The challenges for families and individuals as a result of the weak economy continue to mount. As always, the foundation of support for Catholic charities — whether diocesan, national or international — is the financial generosity of the Catholic people. My thanks go to everyone who supports our diocesan Catholic Charities by contributing to the Annual Catholic Appeal (ACA), as well as contributing to collections for Catholic Relief Services, the St. Vincent de Paul Society, parish food pantries and so many other Catholic charitable efforts.

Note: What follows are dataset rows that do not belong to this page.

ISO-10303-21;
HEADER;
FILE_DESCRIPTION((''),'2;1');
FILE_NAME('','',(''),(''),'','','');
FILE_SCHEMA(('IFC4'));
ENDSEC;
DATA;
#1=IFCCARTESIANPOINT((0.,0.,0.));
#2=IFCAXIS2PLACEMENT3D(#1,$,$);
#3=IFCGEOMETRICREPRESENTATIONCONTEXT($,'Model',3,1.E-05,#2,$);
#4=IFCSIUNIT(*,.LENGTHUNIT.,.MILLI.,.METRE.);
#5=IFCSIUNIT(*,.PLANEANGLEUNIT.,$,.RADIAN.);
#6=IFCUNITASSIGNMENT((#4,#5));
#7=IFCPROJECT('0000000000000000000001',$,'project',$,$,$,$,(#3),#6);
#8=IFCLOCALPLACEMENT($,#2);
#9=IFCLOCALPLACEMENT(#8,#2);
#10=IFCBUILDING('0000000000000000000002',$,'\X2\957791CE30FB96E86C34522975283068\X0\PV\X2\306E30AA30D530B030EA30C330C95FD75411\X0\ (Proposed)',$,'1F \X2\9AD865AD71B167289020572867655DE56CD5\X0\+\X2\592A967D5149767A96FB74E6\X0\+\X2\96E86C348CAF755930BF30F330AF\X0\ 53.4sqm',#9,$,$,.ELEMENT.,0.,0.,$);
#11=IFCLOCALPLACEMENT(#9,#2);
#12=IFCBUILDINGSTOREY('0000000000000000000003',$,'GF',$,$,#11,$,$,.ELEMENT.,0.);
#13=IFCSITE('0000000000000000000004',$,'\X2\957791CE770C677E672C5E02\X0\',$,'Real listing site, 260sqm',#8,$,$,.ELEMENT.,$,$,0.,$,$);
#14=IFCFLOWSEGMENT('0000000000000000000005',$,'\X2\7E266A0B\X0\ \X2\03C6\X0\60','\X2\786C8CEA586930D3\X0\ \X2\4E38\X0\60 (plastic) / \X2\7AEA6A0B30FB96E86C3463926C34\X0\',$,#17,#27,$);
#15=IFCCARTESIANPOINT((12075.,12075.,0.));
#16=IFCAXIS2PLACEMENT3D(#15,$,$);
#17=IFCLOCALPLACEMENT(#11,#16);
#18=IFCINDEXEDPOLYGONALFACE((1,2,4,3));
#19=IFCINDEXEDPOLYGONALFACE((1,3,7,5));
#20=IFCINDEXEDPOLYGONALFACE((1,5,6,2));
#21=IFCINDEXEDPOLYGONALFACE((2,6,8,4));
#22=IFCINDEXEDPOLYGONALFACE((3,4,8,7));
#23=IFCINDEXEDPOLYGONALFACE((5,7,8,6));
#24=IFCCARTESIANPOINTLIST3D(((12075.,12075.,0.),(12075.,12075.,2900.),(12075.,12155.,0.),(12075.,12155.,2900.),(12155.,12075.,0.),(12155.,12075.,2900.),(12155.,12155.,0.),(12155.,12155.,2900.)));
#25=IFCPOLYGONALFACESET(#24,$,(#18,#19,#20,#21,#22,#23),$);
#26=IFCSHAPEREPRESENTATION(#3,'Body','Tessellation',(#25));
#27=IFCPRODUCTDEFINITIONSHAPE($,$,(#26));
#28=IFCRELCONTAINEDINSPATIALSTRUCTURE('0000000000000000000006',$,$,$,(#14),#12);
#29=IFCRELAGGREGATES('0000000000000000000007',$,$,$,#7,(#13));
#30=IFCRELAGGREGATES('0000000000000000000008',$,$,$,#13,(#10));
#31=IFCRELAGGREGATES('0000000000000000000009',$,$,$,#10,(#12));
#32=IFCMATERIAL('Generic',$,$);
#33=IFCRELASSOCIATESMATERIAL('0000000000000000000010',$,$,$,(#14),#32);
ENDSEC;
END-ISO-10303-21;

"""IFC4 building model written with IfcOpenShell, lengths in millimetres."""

from ifc_helpers import new_model, si_unit, frame, frame_2d, origin, place, context, project, spatial, rectangle, extrude, material, element, save


model = new_model("IFC4")

# Units and contexts
model_context = context("Model", 3, precision=1e-05, world=origin())
ifc_project = project(units=[si_unit("LENGTHUNIT", "METRE", prefix="MILLI"), si_unit("PLANEANGLEUNIT", "RADIAN")], contexts=[model_context])

# Site, building, storey
site_placement = place(None, origin())
site = spatial("IfcSite", under=ifc_project, at=site_placement, Name="長野県松本市", ObjectType="Real listing site, 260sqm", CompositionType="ELEMENT", RefElevation=0.0)
building_placement = place(site_placement, origin())
building = spatial("IfcBuilding", under=site, at=building_placement, Name="長野・雨水利用とPVのオフグリッド志向 (Proposed)", ObjectType="1F 高断熱木造在来工法+太陽光発電瓦+雨水貯留タンク 53.4sqm", CompositionType="ELEMENT", ElevationOfRefHeight=0.0, ElevationOfTerrain=0.0)
storey_placement = place(building_placement, origin())
storey = spatial("IfcBuildingStorey", under=building, at=storey_placement, Name="GF", CompositionType="ELEMENT", Elevation=0.0)

# Shared definitions
ifc_material_1 = material(Name="Generic")

# Flow segment
flow_segment_placement = place(storey_placement, frame((12075.0, 12075.0, 0.0)))
element("IfcFlowSegment", 1, at=flow_segment_placement, inside=storey, material=ifc_material_1, Name="縦樋 φ60", Description="硬質塩ビ 丸60 (plastic) / 竪樋・雨水排水", context=model_context, shape_type="SweptSolid", body=[
    extrude(rectangle(XDim=80.0, YDim=80.0, at=frame_2d((40.0, 40.0))), frame((12075.0, 12075.0, 0.0)), (0.0, 0.0, 1.0), 2900.0),
])

save(model, "model.ifc")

2010 is not only the centenary of our diocese, but also the centenary of the birth of Blessed Mother Teresa of Calcutta. Who better than she personifies the work of charity? As she once said, “We stand before the world as ambassadors of peace by preaching the message of love in action … To me the most important thing is to serve the neediest of people … This is what we are trying to do: feed, clothe and visit Christ in the sick, the dying, the lepers, and the abandoned children.” Spurred on by a vision of the kingdom to come, she and her Missionaries of Charity were intent on making this world better place too.
Works of charity are not our only Christian obligation. In the words of Pope Benedict: “Deeds without knowledge are blind, and knowledge without love is sterile. … The individual who is animated by true charity labors skillfully to discover the causes of misery, to find the means to combat it, to overcome it resolutely … (Caritas in Veritate, no. 30). This aspect of Catholic social teaching requires that as good citizens we promote and work for a more just, equitable, humane and peaceful country and world. In this effort, money and technology are important, but they are not absolute. Without the moral dimension that the church constantly calls for, money and technology are ineffective, and even destructive.
So where should our thoughts turn following Labor Day? To the needs of the present, and our duty of love to the neediest among us, to be sure — but also to the future, with a resolution filled with the hope that the Gospel gives, that we are called to make a difference for a better country and world, together, with God’s help.